À peine quelques jours après le double scrutin du 31 mai, le Bloc Libéral (BL) hausse le ton. Lors d’une conférence de presse tenue ce mercredi 3 juin, le parti a dénoncé de présumées violations du Code électoral dans plusieurs localités du pays, estimant que ces irrégularités pourraient affecter la transparence et la crédibilité du processus électoral.
Le président du Bloc Libéral, Oumar Sanoh, a dénoncé ce qu’il qualifie de « violations systématiques » de plusieurs dispositions du Code électoral, mettant en garde contre une éventuelle perte de crédibilité du scrutin.
« Le Bloc Libéral porte à votre connaissance des faits d’une extrême gravité qui compromettent aujourd’hui la régularité, la transparence, la sincérité et la crédibilité du double scrutin en cours sur l’ensemble du territoire national », a-t-il déclaré.

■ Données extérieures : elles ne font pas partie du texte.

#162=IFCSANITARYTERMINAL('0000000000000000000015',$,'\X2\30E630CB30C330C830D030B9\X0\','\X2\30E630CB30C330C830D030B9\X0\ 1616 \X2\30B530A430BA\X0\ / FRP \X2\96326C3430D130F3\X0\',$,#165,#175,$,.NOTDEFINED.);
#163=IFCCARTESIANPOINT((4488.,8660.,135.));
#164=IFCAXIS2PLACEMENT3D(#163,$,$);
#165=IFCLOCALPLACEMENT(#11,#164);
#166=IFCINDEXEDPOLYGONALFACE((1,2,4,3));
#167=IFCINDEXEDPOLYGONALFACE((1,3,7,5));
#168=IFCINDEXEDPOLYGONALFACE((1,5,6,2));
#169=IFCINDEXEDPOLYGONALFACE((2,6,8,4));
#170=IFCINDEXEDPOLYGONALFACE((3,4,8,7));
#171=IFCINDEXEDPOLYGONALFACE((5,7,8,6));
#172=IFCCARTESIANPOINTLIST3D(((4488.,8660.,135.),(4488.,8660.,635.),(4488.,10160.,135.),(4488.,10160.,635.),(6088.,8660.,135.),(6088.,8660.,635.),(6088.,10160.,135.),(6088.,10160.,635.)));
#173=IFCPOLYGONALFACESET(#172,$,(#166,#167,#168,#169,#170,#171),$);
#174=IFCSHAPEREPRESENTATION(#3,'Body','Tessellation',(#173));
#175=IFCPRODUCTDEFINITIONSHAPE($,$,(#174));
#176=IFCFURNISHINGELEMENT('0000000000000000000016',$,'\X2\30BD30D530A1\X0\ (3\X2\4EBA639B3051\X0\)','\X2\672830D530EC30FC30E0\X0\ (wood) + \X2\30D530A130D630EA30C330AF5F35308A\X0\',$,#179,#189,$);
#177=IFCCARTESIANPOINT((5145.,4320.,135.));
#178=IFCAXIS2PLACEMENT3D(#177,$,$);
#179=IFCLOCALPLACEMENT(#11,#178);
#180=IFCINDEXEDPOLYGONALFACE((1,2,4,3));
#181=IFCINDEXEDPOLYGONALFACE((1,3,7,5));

Dans sa communication, le président du Bloc Libéral affirme avoir recueilli des informations provenant de plusieurs préfectures ainsi que de communes urbaines et rurales faisant état d’irrégularités qu’il juge sans précédent dans l’histoire électorale récente du pays.
Le parti cite notamment les articles 89, 90, 91, 110 et 290 du Code électoral du 27 septembre 2025, qui encadrent les opérations de dépouillement et de centralisation des résultats.
« Les informations qui nous remontent de nombreuses préfectures, communes urbaines et communes rurales révèlent un schéma de violations systématiques du Code électoral dont l’ampleur est sans précédent dans l’histoire récente de notre pays », dit-il.
Selon lui, ces dispositions imposent que le dépouillement soit effectué dans chaque bureau de vote immédiatement après la clôture du scrutin, en présence des représentants des candidats et des listes en compétition.
Le parti rappelle également que la loi prévoit l’établissement, la signature, l’affichage et la publication des procès-verbaux avant toute opération de centralisation. Elle garantit aussi aux représentants des compétiteurs le droit de suivre le décompte des voix, de vérifier les résultats et de consigner leurs observations.
Cependant, selon le Bloc Libéral, ces garanties légales ne seraient pas respectées sur le terrain. Le parti affirme que, dans plusieurs localités, des urnes auraient été transférées vers des chefs-lieux de préfecture ou d’autres centres de centralisation sans qu’un dépouillement préalable n’ait été effectué dans les bureaux de vote.
La formation politique soutient également que certains représentants de partis auraient été écartés des opérations électorales ou empêchés d’exercer leur droit de contrôle. Elle dénonce par ailleurs l’absence d’affichage des procès-verbaux ainsi que l’impossibilité, pour certains compétiteurs, d’accéder aux feuilles de dépouillement.
Pour Oumar Sanoh, cette situation transforme la centralisation des résultats en une procédure opaque qui se substituerait illégalement au dépouillement prévu par la loi. Le parti estime qu’une telle pratique serait contraire non seulement au Code électoral, mais aussi aux principes universels de transparence électorale et aux engagements internationaux de la Guinée.
Selon le BL, l’absence de dépouillement public dans les bureaux de vote et le manque d’accès aux documents électoraux rendraient difficile toute vérification indépendante de la conformité des résultats aux suffrages exprimés.
Face à cette situation, le parti appelle les institutions impliquées dans le processus électoral, notamment l’ONASUR-E, la DGE, la Cour suprême ainsi que les missions d’observation, à exercer pleinement leurs responsabilités afin de préserver l’intégrité du vote.
Le Bloc Libéral formule plusieurs demandes, parmi lesquelles la suspension immédiate des opérations de centralisation qu’il juge non conformes à la loi, la publication de directives imposant le dépouillement dans chaque bureau de vote avant tout transfert d’urnes, la remise des procès-verbaux aux représentants des partis, l’accès aux documents électoraux ainsi que l’ouverture d’enquêtes indépendantes sur les irrégularités signalées.
Par ailleurs, le parti prévient que des résultats issus d’un processus conduit, selon lui, en violation manifeste du Code électoral ne pourraient bénéficier de la présomption de régularité attachée à une élection démocratique transparente. « La souveraineté du peuple ne peut être confisquée par des procédures opaques », conclut la déclaration, appelant au respect du vote et à la protection de « la vérité des urnes ».